I have seen this happen so many times - people clean out the garden pond that has been left for 5 years only to result in all the fish dieing.
Fish in a tank will move the water around a bit as will a heat source but without a pump circulating i think you would be taking a risk. Perhaps you could just have quiet time in the everning when you most view the tank & otherwise run a circulating pupm.


----------



## danmil3s (17 Dec 2010)

Diana walstead does this kind of tank i think (all though im not sure thats how you spell her name) and takes a lot of planing and know how


----------



## Gill (17 Dec 2010)

I did this recently. 
left a 3G Tank with no heating and no filtraion. 
Just a Thick Layer of Java Moss and a 3Inch layer of floating plants made up of Azolla, Riccia, Duckweed. 
It sat on the windowsill in the shade, No Food was given to the 5 Platties that lived in it. 
It was kept going for 4 months and only topped up the water when i remembered.


----------



## chrislove01 (17 Dec 2010)

Gill

Any pics of this setup?

Chris


----------



## foxfish (17 Dec 2010)

Gill said:
			
		

> I did this recently.
> left a 3G Tank with no heating and no filtraion.
> Just a Thick Layer of Java Moss and a 3Inch layer of floating plants made up of Azolla, Riccia, Duckweed.
> It sat on the windowsill in the shade, No Food was given to the 5 Platties that lived in it.
> It was kept going for 4 months and only topped up the water when i remembered.


Can I ask why?
Sorry but, I like to look after fish, perhaps you feel this was good for your platties?


----------



## chrislove01 (17 Dec 2010)

Here we go, 

Please can we just keep on subject?

Chris


----------



## foxfish (17 Dec 2010)

It was only a polite question my friend.
No animosity intended, perhaps Gill has reason & logic - I was just interested


----------



## Gill (17 Dec 2010)

chrislove01 said:
			
		

> Gill
> 
> Any pics of this setup?
> 
> Chris




Nope sorry, I just left it alone as did not want any fry from the females.
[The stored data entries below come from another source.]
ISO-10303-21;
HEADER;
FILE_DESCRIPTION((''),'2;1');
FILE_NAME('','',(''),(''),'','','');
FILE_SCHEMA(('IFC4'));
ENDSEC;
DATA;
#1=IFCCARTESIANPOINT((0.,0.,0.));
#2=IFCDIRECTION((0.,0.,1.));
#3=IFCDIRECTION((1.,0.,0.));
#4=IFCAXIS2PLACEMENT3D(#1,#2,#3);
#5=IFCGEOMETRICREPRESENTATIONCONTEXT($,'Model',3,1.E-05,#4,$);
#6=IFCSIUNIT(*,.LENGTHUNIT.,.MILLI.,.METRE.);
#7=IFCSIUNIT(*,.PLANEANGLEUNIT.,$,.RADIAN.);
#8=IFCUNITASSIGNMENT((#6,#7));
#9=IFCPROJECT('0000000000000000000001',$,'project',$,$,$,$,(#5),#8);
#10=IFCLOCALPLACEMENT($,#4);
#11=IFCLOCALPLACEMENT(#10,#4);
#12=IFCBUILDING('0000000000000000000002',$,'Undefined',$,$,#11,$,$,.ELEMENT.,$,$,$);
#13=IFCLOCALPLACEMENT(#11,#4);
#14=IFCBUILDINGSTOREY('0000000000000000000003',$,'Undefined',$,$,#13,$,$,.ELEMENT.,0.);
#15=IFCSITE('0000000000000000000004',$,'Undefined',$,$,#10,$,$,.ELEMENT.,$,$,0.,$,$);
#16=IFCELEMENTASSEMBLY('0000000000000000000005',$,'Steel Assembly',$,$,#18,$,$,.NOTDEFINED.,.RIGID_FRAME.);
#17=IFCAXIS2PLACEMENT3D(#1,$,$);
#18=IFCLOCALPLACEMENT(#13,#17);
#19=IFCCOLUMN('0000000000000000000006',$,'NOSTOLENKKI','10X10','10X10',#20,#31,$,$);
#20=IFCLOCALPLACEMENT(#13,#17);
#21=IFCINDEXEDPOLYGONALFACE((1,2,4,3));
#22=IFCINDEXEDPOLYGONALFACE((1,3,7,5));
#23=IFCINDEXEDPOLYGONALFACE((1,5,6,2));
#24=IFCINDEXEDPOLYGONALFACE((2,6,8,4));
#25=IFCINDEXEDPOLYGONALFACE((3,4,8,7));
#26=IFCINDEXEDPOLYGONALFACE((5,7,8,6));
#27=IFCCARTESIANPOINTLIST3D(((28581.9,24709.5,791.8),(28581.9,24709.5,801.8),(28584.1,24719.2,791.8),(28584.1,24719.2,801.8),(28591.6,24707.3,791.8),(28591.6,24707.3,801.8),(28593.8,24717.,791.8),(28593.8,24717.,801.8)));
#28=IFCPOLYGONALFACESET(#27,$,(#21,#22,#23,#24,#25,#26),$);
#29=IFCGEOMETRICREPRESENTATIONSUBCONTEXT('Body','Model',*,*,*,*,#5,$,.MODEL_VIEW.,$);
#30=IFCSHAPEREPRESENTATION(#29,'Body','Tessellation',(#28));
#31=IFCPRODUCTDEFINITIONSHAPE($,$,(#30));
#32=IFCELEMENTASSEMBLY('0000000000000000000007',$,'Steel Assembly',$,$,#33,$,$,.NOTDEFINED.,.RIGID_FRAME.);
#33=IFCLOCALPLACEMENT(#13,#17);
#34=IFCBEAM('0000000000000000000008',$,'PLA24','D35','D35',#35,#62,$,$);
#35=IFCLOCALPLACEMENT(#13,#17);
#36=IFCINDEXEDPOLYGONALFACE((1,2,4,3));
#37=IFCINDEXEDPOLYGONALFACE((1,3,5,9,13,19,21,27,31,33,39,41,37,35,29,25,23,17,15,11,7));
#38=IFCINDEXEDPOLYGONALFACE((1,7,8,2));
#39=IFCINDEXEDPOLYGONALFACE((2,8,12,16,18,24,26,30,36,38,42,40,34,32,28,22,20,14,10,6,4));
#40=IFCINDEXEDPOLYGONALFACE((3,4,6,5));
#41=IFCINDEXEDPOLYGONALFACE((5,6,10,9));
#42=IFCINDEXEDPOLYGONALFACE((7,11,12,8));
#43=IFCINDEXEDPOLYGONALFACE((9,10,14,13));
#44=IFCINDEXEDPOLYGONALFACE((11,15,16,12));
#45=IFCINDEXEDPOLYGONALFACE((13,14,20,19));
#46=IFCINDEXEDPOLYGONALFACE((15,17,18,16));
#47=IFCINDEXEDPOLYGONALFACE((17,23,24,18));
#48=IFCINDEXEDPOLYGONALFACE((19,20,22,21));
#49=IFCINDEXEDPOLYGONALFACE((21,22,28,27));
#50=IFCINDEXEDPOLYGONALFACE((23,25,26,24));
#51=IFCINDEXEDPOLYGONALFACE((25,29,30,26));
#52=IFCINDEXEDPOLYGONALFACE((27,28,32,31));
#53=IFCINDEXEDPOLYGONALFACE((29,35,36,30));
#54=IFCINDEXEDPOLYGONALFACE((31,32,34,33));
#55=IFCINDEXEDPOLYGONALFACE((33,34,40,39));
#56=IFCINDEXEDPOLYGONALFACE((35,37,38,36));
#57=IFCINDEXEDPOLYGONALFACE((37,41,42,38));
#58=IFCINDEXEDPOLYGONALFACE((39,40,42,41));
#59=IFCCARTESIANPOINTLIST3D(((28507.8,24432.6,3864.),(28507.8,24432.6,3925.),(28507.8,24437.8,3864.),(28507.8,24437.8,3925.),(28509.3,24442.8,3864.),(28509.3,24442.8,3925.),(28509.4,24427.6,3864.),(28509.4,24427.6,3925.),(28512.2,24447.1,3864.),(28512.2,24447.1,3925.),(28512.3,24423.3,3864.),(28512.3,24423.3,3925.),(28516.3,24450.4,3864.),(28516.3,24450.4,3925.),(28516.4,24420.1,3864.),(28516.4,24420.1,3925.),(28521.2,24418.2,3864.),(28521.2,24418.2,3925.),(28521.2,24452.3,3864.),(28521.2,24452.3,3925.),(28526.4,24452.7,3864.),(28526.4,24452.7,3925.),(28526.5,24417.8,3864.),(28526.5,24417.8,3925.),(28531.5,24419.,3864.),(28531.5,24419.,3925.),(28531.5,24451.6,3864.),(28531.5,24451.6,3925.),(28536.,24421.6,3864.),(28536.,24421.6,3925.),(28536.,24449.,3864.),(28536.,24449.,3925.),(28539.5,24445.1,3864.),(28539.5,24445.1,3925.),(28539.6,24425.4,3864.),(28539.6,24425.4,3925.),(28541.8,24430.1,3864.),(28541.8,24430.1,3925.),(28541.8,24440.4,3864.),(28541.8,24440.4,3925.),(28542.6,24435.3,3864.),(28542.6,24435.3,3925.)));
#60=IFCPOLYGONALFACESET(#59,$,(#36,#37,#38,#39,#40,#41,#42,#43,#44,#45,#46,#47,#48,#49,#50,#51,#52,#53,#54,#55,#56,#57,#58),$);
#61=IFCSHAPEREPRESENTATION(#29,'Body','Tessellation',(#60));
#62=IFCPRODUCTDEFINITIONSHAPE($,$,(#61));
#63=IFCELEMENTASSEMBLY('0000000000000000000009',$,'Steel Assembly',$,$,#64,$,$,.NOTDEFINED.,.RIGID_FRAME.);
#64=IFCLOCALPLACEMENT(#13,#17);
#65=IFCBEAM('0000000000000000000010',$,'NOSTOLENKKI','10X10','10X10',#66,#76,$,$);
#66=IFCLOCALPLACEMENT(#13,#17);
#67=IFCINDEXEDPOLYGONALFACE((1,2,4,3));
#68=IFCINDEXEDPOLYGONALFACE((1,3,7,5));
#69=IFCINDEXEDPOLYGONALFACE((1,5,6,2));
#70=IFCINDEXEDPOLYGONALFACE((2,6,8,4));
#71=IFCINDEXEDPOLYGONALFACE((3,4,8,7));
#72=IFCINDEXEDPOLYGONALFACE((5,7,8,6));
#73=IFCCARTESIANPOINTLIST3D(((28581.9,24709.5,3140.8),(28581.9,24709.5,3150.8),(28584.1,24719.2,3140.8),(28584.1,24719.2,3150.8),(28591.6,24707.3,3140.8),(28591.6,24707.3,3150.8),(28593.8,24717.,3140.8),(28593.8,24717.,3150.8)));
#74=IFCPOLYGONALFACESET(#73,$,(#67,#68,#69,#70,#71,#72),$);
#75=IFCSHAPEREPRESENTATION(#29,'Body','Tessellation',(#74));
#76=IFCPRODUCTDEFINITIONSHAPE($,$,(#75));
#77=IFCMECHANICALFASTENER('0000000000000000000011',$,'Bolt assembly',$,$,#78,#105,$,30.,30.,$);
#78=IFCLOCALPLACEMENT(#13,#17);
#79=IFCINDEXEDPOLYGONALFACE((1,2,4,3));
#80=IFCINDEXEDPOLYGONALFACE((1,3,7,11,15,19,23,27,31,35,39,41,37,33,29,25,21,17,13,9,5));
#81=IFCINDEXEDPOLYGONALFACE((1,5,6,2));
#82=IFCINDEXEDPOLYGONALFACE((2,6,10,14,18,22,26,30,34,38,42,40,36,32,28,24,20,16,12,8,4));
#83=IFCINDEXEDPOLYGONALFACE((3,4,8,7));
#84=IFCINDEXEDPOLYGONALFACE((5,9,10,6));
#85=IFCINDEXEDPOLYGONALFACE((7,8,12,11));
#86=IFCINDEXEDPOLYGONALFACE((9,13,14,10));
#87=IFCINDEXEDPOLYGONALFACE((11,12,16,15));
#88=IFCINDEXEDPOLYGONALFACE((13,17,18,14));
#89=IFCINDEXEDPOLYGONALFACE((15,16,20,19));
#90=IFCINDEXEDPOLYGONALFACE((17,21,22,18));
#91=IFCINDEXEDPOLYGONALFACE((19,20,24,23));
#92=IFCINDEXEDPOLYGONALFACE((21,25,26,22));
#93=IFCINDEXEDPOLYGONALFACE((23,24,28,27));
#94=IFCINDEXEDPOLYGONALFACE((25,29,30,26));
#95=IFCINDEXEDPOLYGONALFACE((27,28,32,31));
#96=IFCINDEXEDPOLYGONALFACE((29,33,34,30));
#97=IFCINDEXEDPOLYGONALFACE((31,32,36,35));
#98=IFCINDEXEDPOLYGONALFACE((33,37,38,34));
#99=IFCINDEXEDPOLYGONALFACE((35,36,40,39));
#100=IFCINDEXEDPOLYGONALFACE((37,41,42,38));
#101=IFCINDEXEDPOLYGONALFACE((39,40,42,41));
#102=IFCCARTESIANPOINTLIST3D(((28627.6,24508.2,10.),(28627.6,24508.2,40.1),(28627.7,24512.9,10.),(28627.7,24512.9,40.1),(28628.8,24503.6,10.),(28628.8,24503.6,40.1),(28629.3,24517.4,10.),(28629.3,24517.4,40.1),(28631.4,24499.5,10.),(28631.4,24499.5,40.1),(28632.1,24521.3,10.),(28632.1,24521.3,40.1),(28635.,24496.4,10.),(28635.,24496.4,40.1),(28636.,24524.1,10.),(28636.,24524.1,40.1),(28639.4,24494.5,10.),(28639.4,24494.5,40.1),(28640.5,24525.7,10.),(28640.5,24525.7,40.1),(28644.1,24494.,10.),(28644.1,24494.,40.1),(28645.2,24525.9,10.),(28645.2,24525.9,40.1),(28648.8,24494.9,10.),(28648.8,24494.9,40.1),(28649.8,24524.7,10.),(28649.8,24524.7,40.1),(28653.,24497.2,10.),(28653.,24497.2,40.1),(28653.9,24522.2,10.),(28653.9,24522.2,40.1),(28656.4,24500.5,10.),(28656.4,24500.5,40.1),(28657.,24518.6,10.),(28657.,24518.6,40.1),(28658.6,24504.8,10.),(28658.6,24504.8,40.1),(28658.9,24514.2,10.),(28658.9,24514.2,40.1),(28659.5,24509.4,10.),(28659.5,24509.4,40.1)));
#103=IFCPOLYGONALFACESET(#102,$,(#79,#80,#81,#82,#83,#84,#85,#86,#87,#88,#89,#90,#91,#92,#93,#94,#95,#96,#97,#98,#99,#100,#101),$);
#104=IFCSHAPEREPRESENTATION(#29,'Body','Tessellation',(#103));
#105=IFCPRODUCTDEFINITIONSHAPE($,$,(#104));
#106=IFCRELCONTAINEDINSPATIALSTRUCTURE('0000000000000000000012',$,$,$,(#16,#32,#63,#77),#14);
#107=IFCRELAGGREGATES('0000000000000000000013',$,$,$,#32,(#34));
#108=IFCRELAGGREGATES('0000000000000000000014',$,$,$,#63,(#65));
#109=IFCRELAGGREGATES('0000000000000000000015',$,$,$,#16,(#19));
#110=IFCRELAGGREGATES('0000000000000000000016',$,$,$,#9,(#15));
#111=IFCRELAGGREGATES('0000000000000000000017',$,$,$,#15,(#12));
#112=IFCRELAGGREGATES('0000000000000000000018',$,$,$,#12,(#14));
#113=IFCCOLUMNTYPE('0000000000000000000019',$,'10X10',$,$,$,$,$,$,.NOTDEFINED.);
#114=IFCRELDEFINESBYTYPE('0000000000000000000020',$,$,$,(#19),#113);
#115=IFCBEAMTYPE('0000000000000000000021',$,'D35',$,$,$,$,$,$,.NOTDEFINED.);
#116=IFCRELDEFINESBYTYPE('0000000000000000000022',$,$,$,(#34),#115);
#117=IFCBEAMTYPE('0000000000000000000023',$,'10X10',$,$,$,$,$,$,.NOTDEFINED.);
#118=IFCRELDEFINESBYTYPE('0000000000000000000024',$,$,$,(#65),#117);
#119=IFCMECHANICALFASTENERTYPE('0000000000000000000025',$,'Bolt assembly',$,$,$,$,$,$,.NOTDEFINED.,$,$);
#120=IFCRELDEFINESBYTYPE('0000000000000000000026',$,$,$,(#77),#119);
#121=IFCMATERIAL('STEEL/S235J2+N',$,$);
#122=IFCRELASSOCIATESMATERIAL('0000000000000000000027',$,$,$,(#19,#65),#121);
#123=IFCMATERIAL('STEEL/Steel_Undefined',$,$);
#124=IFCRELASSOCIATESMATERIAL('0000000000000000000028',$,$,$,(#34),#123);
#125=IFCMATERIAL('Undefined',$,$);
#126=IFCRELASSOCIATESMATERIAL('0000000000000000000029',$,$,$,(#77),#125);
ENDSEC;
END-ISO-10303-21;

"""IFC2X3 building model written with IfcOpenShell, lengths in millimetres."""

from ifc_helpers import new_model, si_unit, frame, origin_with_axes, origin_2d_with_axis, place, context, subcontext, project, spatial, rectangle, circle, extrude, source, transform, mapped, material, type_object, element, aggregate, save


model = new_model("IFC2X3")

# Units and contexts
model_context = context("Model", 3, precision=1e-05, world=origin_with_axes())
body_context = subcontext(model_context, "Body", "Model", "MODEL_VIEW")
ifc_project = project(units=[si_unit("LENGTHUNIT", "METRE", prefix="MILLI"), si_unit("PLANEANGLEUNIT", "RADIAN")], contexts=[model_context])

# Site, building, storey
site_placement = place(None, origin_with_axes())
site = spatial("IfcSite", under=ifc_project, at=site_placement, Name="Undefined", CompositionType="ELEMENT", RefElevation=0.0)
building_placement = place(site_placement, origin_with_axes())
building = spatial("IfcBuilding", under=site, at=building_placement, Name="Undefined", CompositionType="ELEMENT")
storey_placement = place(building_placement, origin_with_axes())
storey = spatial("IfcBuildingStorey", under=building, at=storey_placement, Name="Undefined", CompositionType="ELEMENT", Elevation=0.0)

# Element assembly, column
assembly_1_placement = place(storey_placement, origin_with_axes())
assembly_1 = element("IfcElementAssembly", 1, at=assembly_1_placement, inside=storey, Name="Steel Assembly", AssemblyPlace="NOTDEFINED", PredefinedType="RIGID_FRAME")
ifc_material_1 = material(Name="STEEL/S235J2+N")
column_type = type_object("IfcColumnType", Name="10X10", PredefinedType="NOTDEFINED")
column_placement = place(assembly_1_placement, frame((28587.9, 24713.2, 791.8), z_axis=(0.0, 0.0, 1.0), x_axis=(0.220227, 0.975449, 0.0)))
column = element("IfcColumn", 2, at=column_placement, type_object=column_type, material=ifc_material_1, Name="NOSTOLENKKI", Description="10X10", ObjectType="10X10", context=body_context, shape_type="SweptSolid", body=[
    extrude(rectangle(XDim=10.0, YDim=10.0, at=origin_2d_with_axis()), frame((0.0, 0.0, 10.0), z_axis=(0.0, 0.0, -1.0), x_axis=(0.0, 1.0, 0.0)), (0.0, 0.0, 1.0), 10.0),
])

# Element assemblies, beams
assembly_2_placement = place(storey_placement, origin_with_axes())
assembly_2 = element("IfcElementAssembly", 3, at=assembly_2_placement, inside=storey, Name="Steel Assembly", AssemblyPlace="NOTDEFINED", PredefinedType="RIGID_FRAME")
ifc_material_2 = material(Name="STEEL/Steel_Undefined")
beam_type_1 = type_object("IfcBeamType", Name="D35", PredefinedType="NOTDEFINED")
beam_1_placement = place(assembly_2_placement, frame((28525.1, 24435.2, 3925.0), z_axis=(0.975449, -0.220227, 0.0), x_axis=(0.0, 0.0, -1.0)))
beam_1 = element("IfcBeam", 4, at=beam_1_placement, type_object=beam_type_1, material=ifc_material_2, Name="PLA24", Description="D35", ObjectType="D35", context=body_context, shape_type="SweptSolid", body=[
    extrude(circle(Radius=17.5, at=origin_2d_with_axis()), frame((61.0, 0.0, 0.0), z_axis=(-1.0, 0.0, 0.0), x_axis=(0.0, -1.0, 0.0)), (0.0, 0.0, 1.0), 61.0),
])
assembly_3_placement = place(storey_placement, origin_with_axes())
Low temps make them go dormant.


----------



## Gill (17 Dec 2010)

foxfish said:
			
		

> It was only a polite question my friend.
> No animosity intended, perhaps Gill has reason & logic - I was just interested




No Worries, I did this 1 as an experiment to see what would happen and knew that @ low temps platties are dormant and no breeding takes place. had no casualties and once I took it down and added them back to trop the males were actively chasing the females within a few hours.


----------



## Etherelda (4 Jan 2011)

I don't fancy any when I'm cold.


----------